START Data shown

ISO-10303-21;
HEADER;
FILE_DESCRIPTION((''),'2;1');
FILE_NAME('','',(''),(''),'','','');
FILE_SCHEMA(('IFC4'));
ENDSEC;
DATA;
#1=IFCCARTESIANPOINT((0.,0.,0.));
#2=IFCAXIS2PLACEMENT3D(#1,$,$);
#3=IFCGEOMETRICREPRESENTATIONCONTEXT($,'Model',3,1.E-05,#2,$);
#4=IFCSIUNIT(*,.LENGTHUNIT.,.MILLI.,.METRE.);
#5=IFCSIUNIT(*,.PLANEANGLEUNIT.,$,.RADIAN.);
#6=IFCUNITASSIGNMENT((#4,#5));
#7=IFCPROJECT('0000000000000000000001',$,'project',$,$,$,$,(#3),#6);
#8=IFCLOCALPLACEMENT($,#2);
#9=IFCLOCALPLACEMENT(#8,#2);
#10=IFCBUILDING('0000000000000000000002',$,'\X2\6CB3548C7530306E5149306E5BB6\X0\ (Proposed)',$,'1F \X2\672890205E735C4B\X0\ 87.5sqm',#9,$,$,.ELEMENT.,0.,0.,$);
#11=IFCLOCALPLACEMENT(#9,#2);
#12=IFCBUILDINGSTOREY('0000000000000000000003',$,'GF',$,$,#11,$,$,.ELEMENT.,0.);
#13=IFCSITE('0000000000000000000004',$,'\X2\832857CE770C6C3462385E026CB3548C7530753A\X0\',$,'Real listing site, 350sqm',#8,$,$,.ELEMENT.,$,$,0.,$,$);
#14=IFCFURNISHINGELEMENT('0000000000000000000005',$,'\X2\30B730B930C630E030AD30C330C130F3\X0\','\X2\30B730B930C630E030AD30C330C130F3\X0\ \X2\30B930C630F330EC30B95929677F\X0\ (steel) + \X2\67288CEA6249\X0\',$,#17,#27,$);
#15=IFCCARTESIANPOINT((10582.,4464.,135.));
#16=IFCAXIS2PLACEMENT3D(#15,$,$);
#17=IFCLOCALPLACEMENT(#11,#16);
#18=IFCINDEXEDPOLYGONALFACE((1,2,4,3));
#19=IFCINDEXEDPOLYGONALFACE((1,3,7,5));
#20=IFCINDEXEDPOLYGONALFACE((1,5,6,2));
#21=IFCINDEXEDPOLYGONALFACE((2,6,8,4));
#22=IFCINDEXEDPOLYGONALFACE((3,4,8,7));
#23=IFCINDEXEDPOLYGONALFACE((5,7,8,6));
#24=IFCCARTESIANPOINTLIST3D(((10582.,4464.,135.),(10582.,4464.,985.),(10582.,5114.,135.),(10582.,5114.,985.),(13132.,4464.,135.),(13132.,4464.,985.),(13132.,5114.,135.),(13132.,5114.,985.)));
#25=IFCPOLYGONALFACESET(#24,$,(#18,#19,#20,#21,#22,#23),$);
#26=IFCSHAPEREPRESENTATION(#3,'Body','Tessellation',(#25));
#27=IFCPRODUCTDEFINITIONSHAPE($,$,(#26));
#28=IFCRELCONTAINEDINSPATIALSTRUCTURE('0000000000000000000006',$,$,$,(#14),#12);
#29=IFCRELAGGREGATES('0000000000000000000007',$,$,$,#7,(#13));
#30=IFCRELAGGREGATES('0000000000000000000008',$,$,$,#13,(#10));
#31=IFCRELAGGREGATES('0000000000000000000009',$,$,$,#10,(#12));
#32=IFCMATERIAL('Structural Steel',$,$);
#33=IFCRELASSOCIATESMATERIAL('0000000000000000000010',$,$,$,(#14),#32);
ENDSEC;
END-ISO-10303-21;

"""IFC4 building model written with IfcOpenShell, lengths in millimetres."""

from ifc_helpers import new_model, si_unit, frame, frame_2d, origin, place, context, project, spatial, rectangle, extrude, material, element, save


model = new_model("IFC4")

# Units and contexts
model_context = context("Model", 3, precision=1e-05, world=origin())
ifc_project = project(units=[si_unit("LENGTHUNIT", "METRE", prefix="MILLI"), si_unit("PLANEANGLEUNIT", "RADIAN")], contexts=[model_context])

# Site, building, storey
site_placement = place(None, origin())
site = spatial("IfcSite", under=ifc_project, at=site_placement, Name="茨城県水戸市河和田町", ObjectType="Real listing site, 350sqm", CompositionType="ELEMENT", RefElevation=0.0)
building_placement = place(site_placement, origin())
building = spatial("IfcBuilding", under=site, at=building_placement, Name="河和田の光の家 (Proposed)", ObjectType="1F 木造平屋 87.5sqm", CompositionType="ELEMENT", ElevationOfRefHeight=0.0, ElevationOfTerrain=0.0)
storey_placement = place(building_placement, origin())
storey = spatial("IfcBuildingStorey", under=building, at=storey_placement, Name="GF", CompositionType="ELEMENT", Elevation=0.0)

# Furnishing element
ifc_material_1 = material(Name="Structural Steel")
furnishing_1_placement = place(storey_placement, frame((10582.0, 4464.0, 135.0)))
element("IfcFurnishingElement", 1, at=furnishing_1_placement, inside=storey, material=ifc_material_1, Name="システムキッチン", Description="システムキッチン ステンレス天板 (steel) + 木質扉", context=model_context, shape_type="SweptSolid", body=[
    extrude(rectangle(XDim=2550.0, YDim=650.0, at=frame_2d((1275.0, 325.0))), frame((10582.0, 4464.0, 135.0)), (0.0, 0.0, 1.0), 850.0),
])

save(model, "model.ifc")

END Data shown
START Data shown

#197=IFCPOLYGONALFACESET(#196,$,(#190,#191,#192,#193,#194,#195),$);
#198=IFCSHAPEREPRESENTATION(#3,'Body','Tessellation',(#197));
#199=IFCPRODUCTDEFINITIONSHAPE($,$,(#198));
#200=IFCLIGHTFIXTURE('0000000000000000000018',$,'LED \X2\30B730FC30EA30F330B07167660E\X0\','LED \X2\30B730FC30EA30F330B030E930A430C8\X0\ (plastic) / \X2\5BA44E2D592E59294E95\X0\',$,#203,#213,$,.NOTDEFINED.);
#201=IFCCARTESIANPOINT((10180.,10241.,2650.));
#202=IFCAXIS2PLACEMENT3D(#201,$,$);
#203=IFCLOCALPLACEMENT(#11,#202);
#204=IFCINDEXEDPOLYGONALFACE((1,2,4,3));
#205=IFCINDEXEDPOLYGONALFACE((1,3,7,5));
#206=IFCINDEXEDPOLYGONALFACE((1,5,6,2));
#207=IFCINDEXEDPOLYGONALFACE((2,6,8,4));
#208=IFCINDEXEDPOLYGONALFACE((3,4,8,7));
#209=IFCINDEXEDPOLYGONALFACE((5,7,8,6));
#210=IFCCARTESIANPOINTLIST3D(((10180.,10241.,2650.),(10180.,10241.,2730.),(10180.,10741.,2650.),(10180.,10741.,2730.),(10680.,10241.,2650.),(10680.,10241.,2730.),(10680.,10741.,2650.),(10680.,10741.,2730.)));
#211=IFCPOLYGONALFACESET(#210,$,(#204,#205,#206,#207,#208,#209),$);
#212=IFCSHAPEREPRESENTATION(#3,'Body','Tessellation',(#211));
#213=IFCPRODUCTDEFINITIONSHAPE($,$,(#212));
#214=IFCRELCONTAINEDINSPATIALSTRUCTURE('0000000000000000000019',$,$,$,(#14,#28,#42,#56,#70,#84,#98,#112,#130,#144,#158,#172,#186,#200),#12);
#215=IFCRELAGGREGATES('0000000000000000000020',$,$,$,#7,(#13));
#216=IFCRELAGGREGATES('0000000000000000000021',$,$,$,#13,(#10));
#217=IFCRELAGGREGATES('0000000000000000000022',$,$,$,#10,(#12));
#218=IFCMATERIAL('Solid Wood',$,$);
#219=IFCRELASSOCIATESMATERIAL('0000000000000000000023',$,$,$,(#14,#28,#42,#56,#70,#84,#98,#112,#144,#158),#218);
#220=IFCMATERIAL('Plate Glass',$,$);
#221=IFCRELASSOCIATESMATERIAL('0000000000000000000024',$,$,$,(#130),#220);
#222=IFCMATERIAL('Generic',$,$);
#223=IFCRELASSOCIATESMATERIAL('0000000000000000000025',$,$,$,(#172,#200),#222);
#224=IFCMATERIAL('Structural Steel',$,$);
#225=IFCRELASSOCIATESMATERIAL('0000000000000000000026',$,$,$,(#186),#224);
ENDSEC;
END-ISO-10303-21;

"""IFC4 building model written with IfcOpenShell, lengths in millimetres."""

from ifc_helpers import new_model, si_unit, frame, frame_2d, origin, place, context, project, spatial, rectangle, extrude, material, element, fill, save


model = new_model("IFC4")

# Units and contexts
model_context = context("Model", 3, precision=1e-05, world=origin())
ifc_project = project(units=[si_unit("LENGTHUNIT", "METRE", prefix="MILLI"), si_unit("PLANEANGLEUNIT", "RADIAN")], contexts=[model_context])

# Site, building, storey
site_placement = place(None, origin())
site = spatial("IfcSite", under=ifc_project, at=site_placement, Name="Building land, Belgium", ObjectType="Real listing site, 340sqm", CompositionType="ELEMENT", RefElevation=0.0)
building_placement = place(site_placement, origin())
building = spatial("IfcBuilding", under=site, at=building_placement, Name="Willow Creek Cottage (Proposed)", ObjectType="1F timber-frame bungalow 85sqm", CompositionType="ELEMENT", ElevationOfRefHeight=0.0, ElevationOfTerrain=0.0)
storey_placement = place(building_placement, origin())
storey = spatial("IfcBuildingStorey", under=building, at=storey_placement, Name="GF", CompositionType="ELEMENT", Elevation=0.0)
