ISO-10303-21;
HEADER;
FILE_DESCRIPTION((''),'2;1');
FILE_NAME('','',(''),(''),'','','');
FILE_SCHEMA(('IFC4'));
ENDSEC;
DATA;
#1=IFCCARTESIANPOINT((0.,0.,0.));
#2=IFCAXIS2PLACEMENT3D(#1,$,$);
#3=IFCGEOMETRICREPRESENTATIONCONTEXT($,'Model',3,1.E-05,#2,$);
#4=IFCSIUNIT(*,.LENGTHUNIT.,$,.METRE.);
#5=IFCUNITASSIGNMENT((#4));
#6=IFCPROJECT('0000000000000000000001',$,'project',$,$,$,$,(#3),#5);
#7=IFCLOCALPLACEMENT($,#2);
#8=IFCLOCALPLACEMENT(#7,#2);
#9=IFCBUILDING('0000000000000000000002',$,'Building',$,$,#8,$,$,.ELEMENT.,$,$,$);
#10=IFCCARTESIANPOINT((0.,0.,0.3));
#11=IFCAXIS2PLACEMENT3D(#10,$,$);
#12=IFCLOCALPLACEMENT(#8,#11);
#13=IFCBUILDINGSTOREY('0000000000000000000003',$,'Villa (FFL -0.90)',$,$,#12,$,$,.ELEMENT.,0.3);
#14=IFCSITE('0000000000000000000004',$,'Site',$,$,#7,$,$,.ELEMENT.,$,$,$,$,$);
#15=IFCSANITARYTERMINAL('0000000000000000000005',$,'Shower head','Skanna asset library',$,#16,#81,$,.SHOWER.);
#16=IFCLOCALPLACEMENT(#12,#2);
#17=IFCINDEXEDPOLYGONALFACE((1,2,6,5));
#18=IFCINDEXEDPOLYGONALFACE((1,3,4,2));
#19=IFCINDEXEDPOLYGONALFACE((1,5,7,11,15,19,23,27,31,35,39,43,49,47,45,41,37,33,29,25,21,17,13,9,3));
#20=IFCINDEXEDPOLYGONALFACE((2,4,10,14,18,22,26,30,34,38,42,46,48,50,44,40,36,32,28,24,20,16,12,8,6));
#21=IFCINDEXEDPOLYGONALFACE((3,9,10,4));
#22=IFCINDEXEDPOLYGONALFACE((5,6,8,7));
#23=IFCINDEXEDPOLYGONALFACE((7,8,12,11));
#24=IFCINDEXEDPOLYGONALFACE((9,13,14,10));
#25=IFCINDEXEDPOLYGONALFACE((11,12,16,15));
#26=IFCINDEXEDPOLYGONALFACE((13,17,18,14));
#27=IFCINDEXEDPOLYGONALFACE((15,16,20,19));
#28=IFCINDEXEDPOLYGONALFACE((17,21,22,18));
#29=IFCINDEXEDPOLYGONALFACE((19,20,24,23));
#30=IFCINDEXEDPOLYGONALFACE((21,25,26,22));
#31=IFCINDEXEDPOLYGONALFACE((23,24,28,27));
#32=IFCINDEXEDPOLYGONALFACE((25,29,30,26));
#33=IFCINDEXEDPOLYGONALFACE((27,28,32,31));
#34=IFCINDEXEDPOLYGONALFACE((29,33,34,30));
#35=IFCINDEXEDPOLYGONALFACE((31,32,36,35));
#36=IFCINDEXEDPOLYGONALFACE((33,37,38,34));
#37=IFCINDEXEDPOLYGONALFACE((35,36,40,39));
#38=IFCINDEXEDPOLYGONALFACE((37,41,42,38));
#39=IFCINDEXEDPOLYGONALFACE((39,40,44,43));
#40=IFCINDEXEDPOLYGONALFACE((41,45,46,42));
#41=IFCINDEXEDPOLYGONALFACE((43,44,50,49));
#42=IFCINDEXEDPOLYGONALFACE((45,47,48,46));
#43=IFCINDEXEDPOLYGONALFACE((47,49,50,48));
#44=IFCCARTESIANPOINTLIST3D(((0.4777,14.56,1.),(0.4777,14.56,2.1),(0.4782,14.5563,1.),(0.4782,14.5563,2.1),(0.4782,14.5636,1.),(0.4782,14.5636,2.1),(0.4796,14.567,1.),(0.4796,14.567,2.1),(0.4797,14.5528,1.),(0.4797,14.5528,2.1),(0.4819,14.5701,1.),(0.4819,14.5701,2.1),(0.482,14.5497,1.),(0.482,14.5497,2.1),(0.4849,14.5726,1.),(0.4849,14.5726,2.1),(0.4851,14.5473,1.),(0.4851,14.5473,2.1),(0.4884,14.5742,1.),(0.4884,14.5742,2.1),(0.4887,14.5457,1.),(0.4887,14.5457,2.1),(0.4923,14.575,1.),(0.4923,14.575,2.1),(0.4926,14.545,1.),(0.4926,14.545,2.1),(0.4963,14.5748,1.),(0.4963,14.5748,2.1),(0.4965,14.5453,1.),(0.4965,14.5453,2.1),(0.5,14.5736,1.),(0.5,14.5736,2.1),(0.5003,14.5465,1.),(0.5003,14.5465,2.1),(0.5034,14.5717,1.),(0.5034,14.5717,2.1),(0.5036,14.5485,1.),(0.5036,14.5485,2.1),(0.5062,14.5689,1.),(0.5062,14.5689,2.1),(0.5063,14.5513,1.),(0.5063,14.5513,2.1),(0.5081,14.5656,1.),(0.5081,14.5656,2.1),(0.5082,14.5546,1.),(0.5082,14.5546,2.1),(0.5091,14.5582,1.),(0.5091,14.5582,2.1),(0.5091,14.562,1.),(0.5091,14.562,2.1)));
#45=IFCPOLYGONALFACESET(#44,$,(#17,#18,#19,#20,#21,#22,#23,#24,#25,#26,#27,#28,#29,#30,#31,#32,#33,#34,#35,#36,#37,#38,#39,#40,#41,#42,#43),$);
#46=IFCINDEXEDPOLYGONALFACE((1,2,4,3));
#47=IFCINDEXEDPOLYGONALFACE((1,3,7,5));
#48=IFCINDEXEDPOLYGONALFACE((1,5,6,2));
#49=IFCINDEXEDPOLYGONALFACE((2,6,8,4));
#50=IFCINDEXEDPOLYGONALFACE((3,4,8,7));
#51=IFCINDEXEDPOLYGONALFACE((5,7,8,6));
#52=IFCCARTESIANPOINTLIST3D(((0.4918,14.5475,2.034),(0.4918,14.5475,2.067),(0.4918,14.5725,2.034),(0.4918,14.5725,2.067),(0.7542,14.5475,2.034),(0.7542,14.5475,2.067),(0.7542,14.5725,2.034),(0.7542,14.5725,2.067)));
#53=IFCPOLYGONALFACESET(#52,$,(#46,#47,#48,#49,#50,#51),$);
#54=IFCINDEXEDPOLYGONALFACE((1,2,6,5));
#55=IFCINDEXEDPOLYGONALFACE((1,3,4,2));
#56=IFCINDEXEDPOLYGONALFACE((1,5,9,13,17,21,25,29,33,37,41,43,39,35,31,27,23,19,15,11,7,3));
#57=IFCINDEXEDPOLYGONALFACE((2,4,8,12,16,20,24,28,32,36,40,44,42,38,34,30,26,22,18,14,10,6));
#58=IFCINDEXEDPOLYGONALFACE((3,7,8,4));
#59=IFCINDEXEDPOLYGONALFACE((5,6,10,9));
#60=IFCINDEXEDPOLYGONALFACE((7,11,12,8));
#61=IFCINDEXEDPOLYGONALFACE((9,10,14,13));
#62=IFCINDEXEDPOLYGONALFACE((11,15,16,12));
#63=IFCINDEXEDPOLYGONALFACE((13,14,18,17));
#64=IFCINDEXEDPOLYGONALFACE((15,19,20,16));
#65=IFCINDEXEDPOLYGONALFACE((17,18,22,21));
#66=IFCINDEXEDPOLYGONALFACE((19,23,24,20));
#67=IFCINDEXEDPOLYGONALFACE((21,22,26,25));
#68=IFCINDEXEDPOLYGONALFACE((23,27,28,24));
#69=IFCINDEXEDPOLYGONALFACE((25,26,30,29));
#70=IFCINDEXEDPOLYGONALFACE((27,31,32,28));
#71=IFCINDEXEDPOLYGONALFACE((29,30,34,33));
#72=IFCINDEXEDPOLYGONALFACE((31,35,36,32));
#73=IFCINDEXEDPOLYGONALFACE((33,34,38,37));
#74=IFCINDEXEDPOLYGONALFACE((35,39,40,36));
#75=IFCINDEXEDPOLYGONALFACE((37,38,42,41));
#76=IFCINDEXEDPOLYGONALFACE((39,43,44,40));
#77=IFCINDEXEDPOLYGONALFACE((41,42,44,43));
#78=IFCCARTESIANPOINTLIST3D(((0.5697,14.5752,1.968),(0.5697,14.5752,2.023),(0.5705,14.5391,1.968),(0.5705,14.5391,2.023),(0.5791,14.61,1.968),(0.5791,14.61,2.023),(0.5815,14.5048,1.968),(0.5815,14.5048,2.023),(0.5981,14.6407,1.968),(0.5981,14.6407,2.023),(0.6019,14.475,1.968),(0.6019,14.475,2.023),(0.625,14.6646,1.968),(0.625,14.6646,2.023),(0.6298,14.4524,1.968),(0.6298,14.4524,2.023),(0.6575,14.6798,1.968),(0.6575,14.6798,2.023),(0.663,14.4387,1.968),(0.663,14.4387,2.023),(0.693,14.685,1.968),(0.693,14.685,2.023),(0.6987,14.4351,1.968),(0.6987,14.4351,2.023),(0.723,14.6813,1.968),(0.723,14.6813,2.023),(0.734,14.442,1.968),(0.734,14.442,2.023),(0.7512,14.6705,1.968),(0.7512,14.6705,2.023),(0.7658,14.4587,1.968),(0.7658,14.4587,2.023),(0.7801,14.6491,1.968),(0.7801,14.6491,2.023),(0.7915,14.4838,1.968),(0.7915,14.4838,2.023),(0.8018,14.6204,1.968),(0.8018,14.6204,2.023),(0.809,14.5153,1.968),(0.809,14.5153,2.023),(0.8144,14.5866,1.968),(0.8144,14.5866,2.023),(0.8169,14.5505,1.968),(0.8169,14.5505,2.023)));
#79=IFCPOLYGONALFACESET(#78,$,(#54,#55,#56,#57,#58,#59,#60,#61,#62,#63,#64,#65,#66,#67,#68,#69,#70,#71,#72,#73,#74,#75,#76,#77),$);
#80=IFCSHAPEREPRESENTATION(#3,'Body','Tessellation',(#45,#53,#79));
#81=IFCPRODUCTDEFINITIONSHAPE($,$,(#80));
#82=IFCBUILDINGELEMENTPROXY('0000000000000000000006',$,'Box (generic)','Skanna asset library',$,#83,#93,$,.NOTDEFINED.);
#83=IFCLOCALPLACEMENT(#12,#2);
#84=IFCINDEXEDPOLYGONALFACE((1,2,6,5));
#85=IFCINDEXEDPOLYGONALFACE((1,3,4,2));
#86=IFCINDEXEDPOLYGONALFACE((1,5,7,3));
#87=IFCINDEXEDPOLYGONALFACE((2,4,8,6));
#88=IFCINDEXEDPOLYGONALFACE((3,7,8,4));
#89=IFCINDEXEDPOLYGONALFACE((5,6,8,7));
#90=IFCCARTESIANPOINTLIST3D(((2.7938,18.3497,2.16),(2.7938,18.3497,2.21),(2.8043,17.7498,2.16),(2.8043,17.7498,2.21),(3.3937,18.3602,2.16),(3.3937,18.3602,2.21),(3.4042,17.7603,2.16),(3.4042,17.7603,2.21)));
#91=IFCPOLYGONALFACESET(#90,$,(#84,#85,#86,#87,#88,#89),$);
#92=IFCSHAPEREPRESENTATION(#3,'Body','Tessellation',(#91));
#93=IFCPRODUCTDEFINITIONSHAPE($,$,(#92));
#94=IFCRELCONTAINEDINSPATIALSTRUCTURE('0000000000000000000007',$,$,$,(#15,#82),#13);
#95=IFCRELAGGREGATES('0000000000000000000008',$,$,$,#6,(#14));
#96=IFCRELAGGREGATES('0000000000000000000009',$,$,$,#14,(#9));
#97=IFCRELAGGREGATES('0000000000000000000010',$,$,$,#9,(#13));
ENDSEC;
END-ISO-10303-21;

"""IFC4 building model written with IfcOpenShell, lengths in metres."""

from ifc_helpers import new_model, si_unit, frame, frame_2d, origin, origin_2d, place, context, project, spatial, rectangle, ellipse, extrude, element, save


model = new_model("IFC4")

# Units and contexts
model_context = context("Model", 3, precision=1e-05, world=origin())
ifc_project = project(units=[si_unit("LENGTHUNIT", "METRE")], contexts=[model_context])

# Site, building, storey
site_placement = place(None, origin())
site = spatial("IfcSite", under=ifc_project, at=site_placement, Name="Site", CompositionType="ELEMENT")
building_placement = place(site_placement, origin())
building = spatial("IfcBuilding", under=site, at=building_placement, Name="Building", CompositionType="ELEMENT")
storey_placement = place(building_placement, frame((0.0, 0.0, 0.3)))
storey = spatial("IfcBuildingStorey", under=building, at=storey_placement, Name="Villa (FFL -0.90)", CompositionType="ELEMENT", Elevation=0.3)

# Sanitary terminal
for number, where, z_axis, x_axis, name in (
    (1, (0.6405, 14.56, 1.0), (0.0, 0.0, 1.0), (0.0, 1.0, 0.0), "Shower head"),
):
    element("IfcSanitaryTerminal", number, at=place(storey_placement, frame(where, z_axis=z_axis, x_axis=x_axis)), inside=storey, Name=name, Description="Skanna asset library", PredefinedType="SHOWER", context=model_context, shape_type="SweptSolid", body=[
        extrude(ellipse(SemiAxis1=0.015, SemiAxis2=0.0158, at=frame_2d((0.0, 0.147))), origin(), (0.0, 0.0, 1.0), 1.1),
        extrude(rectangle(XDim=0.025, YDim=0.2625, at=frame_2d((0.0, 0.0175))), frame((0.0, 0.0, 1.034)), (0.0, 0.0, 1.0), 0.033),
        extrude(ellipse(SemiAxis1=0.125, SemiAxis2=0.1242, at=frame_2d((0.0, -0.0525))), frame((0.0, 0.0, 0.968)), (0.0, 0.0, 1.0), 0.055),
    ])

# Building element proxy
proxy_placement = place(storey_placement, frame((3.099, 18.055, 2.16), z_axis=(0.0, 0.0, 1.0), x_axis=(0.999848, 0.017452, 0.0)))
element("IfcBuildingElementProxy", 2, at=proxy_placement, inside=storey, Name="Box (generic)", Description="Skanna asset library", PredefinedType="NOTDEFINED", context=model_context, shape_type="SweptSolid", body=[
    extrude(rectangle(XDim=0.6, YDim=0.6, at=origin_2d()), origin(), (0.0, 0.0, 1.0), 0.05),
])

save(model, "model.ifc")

END Data shown

[Problem details] Count the lines above that include the string "IFCMATERIAL". Write only the number.

[Exercise solution] 5